What you will do – Check each line of the data below for the string "IFCDOOR". Then give the number of lines that have it, without anything else.

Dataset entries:
· · ·
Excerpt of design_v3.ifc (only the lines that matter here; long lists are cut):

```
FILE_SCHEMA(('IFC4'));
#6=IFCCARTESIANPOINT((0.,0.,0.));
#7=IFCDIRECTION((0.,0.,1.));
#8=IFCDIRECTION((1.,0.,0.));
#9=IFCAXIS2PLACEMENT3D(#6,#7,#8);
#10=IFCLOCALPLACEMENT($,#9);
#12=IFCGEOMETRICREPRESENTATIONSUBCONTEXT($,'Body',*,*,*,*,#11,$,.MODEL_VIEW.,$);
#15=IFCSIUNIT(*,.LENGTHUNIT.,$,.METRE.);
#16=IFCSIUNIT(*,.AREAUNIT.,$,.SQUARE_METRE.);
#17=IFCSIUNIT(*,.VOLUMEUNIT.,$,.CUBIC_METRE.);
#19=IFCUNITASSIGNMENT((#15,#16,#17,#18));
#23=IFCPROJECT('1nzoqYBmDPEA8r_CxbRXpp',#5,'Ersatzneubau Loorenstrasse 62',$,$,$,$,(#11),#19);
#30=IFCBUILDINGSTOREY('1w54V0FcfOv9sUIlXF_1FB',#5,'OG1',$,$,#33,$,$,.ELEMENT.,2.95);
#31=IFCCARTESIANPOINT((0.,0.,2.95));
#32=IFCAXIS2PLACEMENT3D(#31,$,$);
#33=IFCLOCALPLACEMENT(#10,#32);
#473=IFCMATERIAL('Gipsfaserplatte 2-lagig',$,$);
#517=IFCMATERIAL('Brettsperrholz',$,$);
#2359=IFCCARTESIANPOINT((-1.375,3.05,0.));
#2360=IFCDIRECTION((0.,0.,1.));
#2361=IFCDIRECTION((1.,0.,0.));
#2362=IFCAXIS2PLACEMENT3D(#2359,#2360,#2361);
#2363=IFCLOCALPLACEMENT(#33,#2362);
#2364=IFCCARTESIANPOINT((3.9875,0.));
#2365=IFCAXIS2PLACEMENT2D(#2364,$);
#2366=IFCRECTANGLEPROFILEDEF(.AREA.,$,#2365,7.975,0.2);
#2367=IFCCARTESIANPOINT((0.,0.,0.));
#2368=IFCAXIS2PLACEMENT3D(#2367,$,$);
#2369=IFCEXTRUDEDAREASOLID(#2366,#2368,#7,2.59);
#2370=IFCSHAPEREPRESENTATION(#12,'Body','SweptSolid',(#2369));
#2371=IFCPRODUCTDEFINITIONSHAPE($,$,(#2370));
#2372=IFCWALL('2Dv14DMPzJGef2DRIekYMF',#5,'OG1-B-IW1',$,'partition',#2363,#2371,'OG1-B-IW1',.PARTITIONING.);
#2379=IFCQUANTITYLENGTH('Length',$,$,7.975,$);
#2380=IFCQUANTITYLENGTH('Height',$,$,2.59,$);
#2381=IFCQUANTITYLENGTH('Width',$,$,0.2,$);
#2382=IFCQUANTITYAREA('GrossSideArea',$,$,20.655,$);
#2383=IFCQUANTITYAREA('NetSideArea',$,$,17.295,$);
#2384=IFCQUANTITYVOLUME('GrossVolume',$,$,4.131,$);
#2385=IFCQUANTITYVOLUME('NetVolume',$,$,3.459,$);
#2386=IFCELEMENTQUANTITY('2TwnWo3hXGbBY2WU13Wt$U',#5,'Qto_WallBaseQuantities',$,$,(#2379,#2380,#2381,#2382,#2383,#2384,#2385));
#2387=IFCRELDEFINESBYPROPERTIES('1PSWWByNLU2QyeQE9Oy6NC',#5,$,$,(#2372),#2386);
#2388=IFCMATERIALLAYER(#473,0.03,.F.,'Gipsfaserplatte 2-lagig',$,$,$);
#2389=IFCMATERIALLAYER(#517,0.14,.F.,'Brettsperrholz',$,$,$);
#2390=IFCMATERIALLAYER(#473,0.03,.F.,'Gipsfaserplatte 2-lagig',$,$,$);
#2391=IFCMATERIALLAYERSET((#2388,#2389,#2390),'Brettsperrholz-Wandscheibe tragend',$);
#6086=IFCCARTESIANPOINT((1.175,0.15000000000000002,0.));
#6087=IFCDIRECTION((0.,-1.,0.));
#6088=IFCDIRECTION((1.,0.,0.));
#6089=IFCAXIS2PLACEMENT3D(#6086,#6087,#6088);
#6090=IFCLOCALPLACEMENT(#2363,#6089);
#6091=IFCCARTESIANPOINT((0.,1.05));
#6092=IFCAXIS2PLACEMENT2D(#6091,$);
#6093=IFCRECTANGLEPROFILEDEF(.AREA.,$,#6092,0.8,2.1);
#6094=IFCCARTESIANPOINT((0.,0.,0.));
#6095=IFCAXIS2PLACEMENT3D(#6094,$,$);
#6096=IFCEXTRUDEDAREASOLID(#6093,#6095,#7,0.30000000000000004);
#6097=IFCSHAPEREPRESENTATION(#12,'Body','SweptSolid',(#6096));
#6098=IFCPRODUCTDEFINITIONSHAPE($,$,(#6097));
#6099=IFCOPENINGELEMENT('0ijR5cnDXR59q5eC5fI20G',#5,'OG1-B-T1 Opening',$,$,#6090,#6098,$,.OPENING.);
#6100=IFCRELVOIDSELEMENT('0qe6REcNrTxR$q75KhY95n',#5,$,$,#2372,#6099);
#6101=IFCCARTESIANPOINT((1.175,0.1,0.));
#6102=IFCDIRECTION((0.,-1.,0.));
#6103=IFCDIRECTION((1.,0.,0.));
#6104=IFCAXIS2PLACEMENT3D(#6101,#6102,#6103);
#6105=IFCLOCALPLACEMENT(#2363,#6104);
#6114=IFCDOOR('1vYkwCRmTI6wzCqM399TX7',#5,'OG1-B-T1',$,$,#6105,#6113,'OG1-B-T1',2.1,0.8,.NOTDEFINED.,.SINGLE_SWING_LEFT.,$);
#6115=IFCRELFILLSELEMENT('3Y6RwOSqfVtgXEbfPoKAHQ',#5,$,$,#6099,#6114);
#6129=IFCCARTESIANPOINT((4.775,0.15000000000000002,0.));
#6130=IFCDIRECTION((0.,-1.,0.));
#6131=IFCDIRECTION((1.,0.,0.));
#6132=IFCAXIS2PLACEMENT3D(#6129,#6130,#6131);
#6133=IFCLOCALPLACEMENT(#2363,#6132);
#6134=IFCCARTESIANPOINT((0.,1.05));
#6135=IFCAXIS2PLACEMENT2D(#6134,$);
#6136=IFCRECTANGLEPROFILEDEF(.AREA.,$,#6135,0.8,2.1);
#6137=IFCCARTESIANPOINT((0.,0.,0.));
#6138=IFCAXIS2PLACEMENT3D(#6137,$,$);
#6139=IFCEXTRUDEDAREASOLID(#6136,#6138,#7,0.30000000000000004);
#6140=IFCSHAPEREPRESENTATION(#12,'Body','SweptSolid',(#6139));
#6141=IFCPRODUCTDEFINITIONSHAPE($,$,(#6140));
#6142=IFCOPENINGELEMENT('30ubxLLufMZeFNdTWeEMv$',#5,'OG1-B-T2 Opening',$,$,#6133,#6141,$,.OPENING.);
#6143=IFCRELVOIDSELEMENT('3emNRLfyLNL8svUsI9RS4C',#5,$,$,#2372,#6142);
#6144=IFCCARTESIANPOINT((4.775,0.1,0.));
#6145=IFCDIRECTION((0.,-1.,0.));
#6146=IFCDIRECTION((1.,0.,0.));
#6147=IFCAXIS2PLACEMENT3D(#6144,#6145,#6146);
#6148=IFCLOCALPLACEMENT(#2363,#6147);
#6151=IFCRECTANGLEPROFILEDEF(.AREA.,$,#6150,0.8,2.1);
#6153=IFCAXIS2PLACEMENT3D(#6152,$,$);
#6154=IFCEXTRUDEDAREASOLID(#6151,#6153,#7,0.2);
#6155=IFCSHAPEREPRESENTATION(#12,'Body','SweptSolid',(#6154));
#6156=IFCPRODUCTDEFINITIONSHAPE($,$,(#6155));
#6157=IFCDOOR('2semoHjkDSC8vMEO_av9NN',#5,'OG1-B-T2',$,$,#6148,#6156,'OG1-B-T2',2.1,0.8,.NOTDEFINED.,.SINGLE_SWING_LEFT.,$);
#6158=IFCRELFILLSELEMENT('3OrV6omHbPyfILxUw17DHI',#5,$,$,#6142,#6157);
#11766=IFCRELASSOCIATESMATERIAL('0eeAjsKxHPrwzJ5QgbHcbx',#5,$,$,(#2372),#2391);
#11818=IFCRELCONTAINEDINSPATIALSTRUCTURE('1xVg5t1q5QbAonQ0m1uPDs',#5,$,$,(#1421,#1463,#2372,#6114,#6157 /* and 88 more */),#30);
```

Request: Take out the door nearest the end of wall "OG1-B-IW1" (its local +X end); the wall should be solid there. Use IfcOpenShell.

```python
import ifcopenshell
import ifcopenshell.api.feature
import ifcopenshell.api.pset
import ifcopenshell.api.root
import ifcopenshell.geom
import ifcopenshell.util.element
import ifcopenshell.util.shape
import ifcopenshell.util.unit

model = ifcopenshell.open("design_v3.ifc")
area_scale = ifcopenshell.util.unit.calculate_unit_scale(model, "AREAUNIT")
volume_scale = ifcopenshell.util.unit.calculate_unit_scale(model, "VOLUMEUNIT")
settings = ifcopenshell.geom.settings()


def volume(element):
    """Net volume in cubic metres, openings subtracted."""
    shape = ifcopenshell.geom.create_shape(settings, element)
    return ifcopenshell.util.shape.get_volume(shape.geometry)


door = model.by_guid("2semoHjkDSC8vMEO_av9NN")
opening = door.FillsVoids[0].RelatingOpeningElement
wall = opening.VoidsElements[0].RelatingBuildingElement
before = volume(wall)

ifcopenshell.api.root.remove_product(model, product=door)
ifcopenshell.api.feature.remove_feature(model, feature=opening)

after = volume(wall)
thickness = 0.2  # wall thickness in metres

# Update the wall's stored quantities.
qto = model.by_id(ifcopenshell.util.element.get_pset(wall, "Qto_WallBaseQuantities", should_inherit=False)["id"])
ifcopenshell.api.pset.edit_qto(model, qto=qto, properties={
    "NetSideArea": after / thickness / area_scale,
    "NetVolume": after / volume_scale,
})

print(f"wall volume {before:.3f} -> {after:.3f} m3")

model.write("design_v3_updated.ifc")
```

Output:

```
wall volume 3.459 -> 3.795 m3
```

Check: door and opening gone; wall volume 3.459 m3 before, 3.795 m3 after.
· · ·
The answer – 2